Treffpunkt: Deisterparkplatz Feggendorf. Dann brauch ich meine Möhre net extra aufn Träger schnallen, sondern fahr direkt vor....

....Du mußt ja wohl eh mim Auto kommen, oder?

Samstag hat meine Holde  zum x-ten mal ihren 29sten Birthday und wäre wohl not amused, wenn ich da ne kleine Trail-Einlage im Deister einschieben würde....:

Gruß
Pan


----------



## chucky (21. September 2001)

Hauaha wo liegt das denn also normalerweise lande ich bei der Mooshütte  wenn das genau an der anderen Seite liegt muss ich mal sehen wie wir da hinkommen aber sollte klappen.

Gruß cHuckY


----------



## Pan (21. September 2001)

Anfahrt Feggendorf:

Über BAB: Abfahrt Lauenau links ab, nächste rechts Richtung Lauenau, am Ortseingang gleich scharf liks Richtung Feggendorf, im Ort immer der vorfahrtberechtigten Straße folgen, wo die Teerstraße endet, beginnt der Parkplatz.

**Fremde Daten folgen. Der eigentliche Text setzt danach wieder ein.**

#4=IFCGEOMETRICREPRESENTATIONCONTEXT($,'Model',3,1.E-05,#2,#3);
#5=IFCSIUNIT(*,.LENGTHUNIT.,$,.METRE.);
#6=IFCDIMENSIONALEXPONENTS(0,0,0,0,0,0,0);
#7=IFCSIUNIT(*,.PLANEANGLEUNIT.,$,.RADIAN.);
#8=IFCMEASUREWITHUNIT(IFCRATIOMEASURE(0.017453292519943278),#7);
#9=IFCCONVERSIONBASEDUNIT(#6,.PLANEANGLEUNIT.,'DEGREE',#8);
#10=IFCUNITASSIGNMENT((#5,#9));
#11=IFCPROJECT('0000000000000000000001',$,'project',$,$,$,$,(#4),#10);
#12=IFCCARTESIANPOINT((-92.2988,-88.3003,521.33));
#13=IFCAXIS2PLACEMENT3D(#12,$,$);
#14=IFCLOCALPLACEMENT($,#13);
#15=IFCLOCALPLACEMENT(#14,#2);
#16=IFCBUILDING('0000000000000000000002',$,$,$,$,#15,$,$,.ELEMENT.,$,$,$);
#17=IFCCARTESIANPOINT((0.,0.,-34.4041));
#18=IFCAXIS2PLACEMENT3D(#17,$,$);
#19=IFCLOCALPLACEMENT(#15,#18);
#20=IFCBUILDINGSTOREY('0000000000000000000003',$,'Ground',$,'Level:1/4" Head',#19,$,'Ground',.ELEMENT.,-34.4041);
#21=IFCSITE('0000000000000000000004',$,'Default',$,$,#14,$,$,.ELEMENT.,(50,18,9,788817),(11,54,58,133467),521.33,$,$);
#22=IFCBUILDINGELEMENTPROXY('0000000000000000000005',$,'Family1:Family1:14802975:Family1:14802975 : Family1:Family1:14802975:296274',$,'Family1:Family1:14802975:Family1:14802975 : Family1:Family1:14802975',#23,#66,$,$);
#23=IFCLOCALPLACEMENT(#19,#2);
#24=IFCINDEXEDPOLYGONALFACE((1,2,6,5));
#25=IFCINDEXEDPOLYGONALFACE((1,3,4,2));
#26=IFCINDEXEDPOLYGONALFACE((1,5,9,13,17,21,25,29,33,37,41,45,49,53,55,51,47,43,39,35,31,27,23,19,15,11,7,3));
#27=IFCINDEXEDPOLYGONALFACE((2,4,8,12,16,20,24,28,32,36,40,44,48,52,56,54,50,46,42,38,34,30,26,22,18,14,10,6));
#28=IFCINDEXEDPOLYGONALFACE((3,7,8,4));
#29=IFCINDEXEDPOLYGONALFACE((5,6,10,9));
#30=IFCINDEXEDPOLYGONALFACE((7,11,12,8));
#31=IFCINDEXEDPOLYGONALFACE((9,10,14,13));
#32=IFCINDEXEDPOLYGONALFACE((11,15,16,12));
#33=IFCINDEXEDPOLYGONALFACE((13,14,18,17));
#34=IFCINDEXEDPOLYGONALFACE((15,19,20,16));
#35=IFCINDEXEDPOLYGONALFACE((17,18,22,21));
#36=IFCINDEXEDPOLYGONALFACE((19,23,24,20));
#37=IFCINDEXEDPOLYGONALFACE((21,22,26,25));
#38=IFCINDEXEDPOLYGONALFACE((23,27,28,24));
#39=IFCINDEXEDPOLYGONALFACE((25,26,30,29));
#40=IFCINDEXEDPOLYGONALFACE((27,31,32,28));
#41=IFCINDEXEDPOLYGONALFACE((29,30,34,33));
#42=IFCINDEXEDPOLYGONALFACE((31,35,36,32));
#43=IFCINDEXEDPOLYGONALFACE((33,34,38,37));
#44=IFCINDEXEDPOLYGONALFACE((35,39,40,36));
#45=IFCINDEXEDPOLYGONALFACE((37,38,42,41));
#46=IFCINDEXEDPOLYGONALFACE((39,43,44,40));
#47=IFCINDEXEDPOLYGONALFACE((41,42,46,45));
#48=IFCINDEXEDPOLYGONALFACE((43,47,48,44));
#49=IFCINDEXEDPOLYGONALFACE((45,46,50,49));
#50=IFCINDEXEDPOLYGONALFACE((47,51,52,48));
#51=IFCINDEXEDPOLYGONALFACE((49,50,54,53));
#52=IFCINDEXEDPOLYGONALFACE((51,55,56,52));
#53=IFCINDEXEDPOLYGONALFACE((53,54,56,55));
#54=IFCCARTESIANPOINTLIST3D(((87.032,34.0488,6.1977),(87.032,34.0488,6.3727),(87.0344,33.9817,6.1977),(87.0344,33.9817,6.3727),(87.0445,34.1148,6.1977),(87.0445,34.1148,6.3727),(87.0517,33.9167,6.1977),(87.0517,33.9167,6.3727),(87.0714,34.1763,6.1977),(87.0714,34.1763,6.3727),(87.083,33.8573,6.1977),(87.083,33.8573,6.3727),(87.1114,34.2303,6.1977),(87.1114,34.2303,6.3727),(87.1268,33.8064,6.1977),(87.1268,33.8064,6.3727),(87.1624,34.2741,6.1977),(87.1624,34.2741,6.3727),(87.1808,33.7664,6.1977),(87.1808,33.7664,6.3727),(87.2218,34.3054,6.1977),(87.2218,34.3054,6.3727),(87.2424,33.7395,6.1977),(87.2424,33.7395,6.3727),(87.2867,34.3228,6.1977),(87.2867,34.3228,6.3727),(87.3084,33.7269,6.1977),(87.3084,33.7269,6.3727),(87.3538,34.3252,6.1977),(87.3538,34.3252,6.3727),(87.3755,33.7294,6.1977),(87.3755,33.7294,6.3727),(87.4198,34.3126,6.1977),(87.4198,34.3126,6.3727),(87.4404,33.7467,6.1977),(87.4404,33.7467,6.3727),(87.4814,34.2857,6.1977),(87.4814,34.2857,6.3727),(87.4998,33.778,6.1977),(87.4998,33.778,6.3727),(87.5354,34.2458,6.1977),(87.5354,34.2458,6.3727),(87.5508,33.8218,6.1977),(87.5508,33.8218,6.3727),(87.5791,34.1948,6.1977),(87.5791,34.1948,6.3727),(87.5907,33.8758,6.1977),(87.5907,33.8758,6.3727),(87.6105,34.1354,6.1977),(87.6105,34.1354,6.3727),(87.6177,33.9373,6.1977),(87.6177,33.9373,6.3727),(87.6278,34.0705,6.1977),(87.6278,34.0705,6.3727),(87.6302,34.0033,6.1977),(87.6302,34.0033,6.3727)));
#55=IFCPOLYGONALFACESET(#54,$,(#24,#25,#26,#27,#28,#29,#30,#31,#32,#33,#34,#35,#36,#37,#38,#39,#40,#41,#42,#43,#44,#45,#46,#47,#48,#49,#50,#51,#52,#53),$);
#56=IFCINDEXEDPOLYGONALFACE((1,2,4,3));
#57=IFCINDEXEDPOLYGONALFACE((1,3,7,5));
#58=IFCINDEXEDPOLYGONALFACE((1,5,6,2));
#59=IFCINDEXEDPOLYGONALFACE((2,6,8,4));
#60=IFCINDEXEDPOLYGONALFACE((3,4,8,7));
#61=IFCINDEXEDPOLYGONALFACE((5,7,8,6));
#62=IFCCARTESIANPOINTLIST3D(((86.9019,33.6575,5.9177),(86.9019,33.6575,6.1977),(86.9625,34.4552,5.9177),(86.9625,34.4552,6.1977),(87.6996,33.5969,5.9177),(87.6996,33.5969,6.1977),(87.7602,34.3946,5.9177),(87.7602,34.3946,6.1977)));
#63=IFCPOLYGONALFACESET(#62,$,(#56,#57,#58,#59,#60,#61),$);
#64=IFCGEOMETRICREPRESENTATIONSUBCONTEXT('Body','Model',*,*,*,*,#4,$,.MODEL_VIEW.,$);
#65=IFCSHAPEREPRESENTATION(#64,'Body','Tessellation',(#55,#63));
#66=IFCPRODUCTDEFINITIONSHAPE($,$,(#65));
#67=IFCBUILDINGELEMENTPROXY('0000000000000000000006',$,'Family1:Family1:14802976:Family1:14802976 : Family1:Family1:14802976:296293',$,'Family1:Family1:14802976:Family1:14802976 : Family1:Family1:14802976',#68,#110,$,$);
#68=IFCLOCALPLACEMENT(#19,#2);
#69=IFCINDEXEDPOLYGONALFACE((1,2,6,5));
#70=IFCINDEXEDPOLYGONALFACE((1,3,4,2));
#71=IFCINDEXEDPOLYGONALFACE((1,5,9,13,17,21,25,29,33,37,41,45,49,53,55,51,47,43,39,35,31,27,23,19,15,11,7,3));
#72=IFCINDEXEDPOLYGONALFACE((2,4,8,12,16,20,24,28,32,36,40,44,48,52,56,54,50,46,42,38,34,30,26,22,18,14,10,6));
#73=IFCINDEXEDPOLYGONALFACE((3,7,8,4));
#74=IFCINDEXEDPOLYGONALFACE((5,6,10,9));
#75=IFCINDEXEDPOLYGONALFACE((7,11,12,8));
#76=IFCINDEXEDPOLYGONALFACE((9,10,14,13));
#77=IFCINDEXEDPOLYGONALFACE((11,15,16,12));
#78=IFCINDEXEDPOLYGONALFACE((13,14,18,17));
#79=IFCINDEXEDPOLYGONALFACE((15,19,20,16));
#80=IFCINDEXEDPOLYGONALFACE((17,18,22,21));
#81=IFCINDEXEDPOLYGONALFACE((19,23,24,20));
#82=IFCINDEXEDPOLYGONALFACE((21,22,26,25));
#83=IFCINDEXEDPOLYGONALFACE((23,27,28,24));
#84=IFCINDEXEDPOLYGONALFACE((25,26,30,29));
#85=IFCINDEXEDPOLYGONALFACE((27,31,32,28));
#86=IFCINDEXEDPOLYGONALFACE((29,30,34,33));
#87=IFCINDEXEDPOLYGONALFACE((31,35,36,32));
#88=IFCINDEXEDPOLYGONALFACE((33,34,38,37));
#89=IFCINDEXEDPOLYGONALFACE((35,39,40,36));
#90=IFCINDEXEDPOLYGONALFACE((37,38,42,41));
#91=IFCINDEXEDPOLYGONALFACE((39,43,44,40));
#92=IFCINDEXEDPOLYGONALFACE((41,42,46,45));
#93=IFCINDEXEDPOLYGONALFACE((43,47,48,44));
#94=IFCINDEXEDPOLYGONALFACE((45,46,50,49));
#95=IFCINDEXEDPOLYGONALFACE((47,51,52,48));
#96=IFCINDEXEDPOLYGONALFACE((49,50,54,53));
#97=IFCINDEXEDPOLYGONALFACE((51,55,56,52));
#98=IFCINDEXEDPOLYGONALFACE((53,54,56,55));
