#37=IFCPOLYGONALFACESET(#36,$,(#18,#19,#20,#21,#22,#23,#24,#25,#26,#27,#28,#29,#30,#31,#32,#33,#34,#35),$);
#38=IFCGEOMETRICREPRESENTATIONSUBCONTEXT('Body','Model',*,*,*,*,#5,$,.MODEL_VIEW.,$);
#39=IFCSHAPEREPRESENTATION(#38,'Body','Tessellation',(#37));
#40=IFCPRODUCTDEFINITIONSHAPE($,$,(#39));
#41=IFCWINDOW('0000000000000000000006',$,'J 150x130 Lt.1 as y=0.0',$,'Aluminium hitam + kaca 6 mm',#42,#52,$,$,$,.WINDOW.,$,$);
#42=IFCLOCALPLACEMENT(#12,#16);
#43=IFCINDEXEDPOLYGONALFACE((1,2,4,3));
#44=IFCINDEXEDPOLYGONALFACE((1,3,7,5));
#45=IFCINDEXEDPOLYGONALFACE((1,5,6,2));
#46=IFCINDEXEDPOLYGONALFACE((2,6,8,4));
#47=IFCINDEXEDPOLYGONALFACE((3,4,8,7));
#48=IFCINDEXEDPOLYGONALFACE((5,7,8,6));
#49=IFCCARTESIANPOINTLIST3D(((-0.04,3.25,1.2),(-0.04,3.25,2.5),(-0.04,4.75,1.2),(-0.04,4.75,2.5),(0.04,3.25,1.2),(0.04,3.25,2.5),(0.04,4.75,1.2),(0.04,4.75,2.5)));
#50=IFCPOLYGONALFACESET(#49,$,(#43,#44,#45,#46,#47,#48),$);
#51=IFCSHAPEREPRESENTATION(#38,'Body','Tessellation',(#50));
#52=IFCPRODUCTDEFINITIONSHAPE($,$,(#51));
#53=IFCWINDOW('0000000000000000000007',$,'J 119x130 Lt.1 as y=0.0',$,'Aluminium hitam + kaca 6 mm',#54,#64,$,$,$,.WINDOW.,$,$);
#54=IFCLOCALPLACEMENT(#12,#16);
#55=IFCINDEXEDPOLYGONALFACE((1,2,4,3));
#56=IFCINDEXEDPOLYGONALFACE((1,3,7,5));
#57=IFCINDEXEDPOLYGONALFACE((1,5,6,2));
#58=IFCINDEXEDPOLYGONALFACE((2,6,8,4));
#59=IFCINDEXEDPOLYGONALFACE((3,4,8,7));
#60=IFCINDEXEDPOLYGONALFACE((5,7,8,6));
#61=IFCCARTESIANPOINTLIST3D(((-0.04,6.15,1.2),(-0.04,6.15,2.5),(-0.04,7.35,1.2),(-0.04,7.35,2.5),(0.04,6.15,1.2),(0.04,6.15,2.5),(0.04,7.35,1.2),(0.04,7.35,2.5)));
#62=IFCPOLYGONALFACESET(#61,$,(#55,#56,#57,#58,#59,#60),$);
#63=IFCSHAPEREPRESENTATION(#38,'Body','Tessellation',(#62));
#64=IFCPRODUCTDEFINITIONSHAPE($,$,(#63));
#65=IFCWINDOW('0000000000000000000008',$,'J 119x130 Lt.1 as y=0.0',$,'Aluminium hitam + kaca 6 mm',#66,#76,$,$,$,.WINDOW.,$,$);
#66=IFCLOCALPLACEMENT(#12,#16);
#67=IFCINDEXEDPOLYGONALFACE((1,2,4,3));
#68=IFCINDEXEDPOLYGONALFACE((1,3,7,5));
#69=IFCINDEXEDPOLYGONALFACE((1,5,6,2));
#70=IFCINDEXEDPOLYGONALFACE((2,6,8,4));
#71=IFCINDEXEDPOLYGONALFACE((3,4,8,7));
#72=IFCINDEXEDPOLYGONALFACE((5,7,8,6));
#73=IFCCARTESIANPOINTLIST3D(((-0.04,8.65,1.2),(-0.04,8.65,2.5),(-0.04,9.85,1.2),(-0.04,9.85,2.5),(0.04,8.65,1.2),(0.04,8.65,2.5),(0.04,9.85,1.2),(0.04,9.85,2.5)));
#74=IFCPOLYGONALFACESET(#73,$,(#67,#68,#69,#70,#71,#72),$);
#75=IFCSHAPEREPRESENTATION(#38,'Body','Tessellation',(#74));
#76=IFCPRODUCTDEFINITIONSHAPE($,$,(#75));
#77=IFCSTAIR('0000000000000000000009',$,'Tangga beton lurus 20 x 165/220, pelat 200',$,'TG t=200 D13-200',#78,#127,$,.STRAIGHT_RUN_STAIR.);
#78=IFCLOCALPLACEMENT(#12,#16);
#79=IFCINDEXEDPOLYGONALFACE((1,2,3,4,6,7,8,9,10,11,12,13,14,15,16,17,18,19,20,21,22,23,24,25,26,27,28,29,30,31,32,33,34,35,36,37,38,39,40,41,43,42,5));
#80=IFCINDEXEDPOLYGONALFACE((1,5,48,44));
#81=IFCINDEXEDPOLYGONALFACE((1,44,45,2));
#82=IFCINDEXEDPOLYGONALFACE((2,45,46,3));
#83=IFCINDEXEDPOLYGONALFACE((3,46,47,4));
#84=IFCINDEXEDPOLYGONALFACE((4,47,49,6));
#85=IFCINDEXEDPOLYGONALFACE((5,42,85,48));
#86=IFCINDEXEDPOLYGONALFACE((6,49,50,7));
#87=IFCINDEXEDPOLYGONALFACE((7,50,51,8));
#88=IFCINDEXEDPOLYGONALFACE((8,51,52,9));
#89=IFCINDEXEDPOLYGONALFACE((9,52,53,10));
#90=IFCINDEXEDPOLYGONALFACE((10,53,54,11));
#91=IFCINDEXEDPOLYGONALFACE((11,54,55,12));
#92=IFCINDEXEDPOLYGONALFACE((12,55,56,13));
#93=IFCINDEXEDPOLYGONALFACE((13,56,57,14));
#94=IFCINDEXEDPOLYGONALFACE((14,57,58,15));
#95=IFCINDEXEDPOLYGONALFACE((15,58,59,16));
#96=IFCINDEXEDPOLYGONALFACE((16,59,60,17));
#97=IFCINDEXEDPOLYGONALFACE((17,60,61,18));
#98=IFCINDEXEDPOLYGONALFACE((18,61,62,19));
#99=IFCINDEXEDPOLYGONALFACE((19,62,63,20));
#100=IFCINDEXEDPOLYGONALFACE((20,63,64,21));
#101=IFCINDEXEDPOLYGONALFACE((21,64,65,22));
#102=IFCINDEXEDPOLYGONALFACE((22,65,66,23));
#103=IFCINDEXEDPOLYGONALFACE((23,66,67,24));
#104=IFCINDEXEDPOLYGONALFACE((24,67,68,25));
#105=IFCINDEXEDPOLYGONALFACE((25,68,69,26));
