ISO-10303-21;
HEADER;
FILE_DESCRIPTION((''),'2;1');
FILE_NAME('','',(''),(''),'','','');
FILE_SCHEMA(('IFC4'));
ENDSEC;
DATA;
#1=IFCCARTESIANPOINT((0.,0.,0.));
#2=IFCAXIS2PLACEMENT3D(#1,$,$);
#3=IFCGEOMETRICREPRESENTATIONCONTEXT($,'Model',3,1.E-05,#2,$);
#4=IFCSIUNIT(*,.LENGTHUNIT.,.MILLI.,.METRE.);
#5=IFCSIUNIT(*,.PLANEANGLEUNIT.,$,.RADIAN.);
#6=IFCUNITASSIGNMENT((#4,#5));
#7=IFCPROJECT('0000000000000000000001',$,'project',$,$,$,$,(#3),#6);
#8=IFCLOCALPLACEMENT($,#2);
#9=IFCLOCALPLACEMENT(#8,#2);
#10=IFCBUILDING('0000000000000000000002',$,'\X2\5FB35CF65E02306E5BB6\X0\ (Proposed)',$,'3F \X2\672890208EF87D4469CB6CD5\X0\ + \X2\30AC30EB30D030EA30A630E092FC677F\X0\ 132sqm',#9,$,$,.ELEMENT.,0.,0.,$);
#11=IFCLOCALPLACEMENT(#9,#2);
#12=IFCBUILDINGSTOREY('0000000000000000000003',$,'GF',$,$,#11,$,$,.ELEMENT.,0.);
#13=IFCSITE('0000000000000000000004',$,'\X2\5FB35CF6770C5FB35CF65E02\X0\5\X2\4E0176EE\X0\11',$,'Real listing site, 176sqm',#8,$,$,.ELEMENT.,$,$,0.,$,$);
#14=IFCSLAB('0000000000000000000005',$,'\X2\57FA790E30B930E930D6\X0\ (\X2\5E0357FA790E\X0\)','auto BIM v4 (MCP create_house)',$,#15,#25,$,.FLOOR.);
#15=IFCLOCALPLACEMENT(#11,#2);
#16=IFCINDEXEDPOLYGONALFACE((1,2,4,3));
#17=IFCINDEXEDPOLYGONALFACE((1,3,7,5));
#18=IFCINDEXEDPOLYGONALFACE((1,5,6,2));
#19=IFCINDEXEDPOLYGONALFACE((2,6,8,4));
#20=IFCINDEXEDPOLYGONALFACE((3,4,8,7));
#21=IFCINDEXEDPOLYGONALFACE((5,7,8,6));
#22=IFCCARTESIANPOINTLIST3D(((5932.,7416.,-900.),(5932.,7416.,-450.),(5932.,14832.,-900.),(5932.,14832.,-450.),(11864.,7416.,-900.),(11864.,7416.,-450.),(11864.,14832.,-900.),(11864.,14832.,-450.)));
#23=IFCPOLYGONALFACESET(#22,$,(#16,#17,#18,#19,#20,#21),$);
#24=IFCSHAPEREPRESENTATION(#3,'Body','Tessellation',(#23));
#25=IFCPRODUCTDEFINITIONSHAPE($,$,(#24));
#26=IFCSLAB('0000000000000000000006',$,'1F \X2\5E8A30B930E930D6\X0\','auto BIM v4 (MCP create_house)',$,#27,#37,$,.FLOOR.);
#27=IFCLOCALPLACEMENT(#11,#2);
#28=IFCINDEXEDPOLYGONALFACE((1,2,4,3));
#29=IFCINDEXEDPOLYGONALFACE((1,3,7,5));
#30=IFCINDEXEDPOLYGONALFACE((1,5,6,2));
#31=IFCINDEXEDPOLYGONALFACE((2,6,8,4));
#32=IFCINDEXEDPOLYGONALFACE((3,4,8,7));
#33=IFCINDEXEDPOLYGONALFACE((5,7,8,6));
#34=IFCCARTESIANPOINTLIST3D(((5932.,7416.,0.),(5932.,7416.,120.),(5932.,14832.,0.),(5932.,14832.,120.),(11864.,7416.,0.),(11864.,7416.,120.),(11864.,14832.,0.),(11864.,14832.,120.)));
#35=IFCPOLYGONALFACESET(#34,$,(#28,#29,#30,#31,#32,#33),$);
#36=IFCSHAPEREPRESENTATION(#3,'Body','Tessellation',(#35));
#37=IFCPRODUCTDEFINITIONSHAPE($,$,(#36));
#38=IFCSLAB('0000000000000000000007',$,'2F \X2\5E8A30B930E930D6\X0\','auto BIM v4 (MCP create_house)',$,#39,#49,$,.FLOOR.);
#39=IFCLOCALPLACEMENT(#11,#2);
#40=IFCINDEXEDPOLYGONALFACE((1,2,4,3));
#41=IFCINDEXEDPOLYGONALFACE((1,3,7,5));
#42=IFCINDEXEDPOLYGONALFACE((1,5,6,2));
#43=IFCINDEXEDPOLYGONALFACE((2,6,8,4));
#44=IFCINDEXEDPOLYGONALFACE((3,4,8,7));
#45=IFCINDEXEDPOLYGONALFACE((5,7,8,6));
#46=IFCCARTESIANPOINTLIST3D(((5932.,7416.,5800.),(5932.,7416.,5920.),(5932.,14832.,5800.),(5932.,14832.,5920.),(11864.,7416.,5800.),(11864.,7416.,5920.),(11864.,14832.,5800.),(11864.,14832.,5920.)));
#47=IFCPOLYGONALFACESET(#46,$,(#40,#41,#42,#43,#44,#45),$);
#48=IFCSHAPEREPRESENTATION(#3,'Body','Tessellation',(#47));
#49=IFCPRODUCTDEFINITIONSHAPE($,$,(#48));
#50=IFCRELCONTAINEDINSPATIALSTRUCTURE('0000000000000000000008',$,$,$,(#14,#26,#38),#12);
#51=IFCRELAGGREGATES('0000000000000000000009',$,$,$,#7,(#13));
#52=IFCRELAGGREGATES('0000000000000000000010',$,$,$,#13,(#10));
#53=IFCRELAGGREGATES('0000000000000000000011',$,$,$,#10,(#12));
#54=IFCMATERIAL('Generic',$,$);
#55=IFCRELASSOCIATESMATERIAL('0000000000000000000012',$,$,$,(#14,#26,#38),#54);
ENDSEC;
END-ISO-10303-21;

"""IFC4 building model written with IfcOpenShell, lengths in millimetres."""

from ifc_helpers import new_model, si_unit, frame, frame_2d, origin, place, context, project, spatial, rectangle, extrude, material, element, save


model = new_model("IFC4")

# Units and contexts
model_context = context("Model", 3, precision=1e-05, world=origin())
ifc_project = project(units=[si_unit("LENGTHUNIT", "METRE", prefix="MILLI"), si_unit("PLANEANGLEUNIT", "RADIAN")], contexts=[model_context])

# Site, building, storey
site_placement = place(None, origin())
site = spatial("IfcSite", under=ifc_project, at=site_placement, Name="徳島県徳島市5丁目11", ObjectType="Real listing site, 176sqm", CompositionType="ELEMENT", RefElevation=0.0)
building_placement = place(site_placement, origin())
building = spatial("IfcBuilding", under=site, at=building_placement, Name="徳島市の家 (Proposed)", ObjectType="3F 木造軸組構法 + ガルバリウム鋼板 132sqm", CompositionType="ELEMENT", ElevationOfRefHeight=0.0, ElevationOfTerrain=0.0)
storey_placement = place(building_placement, origin())
storey = spatial("IfcBuildingStorey", under=building, at=storey_placement, Name="GF", CompositionType="ELEMENT", Elevation=0.0)

# Slabs
ifc_material = material(Name="Generic")
slab_1_placement = place(storey_placement, frame((2966.0, 3708.0, -450.0)))
element("IfcSlab", 1, at=slab_1_placement, inside=storey, material=ifc_material, Name="基礎スラブ (布基礎)", Description="auto BIM v4 (MCP create_house)", PredefinedType="FLOOR", context=model_context, shape_type="SweptSolid", body=[
    extrude(rectangle(XDim=5932.0, YDim=7416.0, at=frame_2d((2966.0, 3708.0))), frame((2966.0, 3708.0, -450.0)), (0.0, 0.0, 1.0), 450.0),
])
slab_2_placement = place(storey_placement, frame((2966.0, 3708.0, 0.0)))
element("IfcSlab", 2, at=slab_2_placement, inside=storey, material=ifc_material, Name="1F 床スラブ", Description="auto BIM v4 (MCP create_house)", PredefinedType="FLOOR", context=model_context, shape_type="SweptSolid", body=[
    extrude(rectangle(XDim=5932.0, YDim=7416.0, at=frame_2d((2966.0, 3708.0))), frame((2966.0, 3708.0, 0.0)), (0.0, 0.0, 1.0), 120.0),
])
slab_3_placement = place(storey_placement, frame((2966.0, 3708.0, 2900.0)))
element("IfcSlab", 3, at=slab_3_placement, inside=storey, material=ifc_material, Name="2F 床スラブ", Description="auto BIM v4 (MCP create_house)", PredefinedType="FLOOR", context=model_context, shape_type="SweptSolid", body=[
    extrude(rectangle(XDim=5932.0, YDim=7416.0, at=frame_2d((2966.0, 3708.0))), frame((2966.0, 3708.0, 2900.0)), (0.0, 0.0, 1.0), 120.0),
])

save(model, "model.ifc")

Über B65: da, wo ihr sonst zur Mooshütte abbiegt weiter geradeaus, nächste große Kreuzung links Ri. Rodenberg, nach 500m wieder links auf Umgehungsstraße, nach ca. 5km (rechts is ne Kläranlage) links Ri. Lauenau, am Ortseingang....weiter wie oben.

Gruß
Pan


----------



## foxi (21. September 2001)

Hi
würd mich auch noch einklinken , hab ab heut mein Bike endlich wieder  
nur wenn es morgens bis 10:00 wie ******* regnet dann hab ich nicht so ne meinung
is da in Feggendorf ne Tanke um sein Bike eben mal so zu entschlammen


----------



## Pan (21. September 2001)

Hi Volker,

einklinken gerne..

Tanke? Nööö!!

Komm zu mir, ham wir ne Einrollpiste...

...hinterher kannste das Bike bei mir abspritzen...


Gruß
Pan


----------



## MTB-News.de




----------



## foxi (21. September 2001)

jau komme gerne erst zu Dir, dann brauch ich net mehr suchen und einrollen hört sich auch gut an. 
Ich denke ich bin dann um 10:45 bei Dir ... schaffen wir es bis 11:00 nach Feggendorf


----------



## Pan (21. September 2001)

10:30 wär besser...


Gruß
Pan


----------



## foxi (21. September 2001)

ok


----------



## Pan (21. September 2001)

...cu....Sunday......10:30....


heheheh.....wolln wir den, Hüpfern mal `n paar Singletrails kredenzen....????!!!!! 

Gruß
Pan


----------



## Hattrick (21. September 2001)

> _Original geschrieben von fox02 _
> *Hi
> würd mich auch noch einklinken , hab ab heut mein Bike endlich wieder
> nur wenn es morgens bis 10:00 wie
> ...


----------



## Pan (21. September 2001)

Sei kein Fisch/Frosch und quäl Dich Sonntag ausse Kiste....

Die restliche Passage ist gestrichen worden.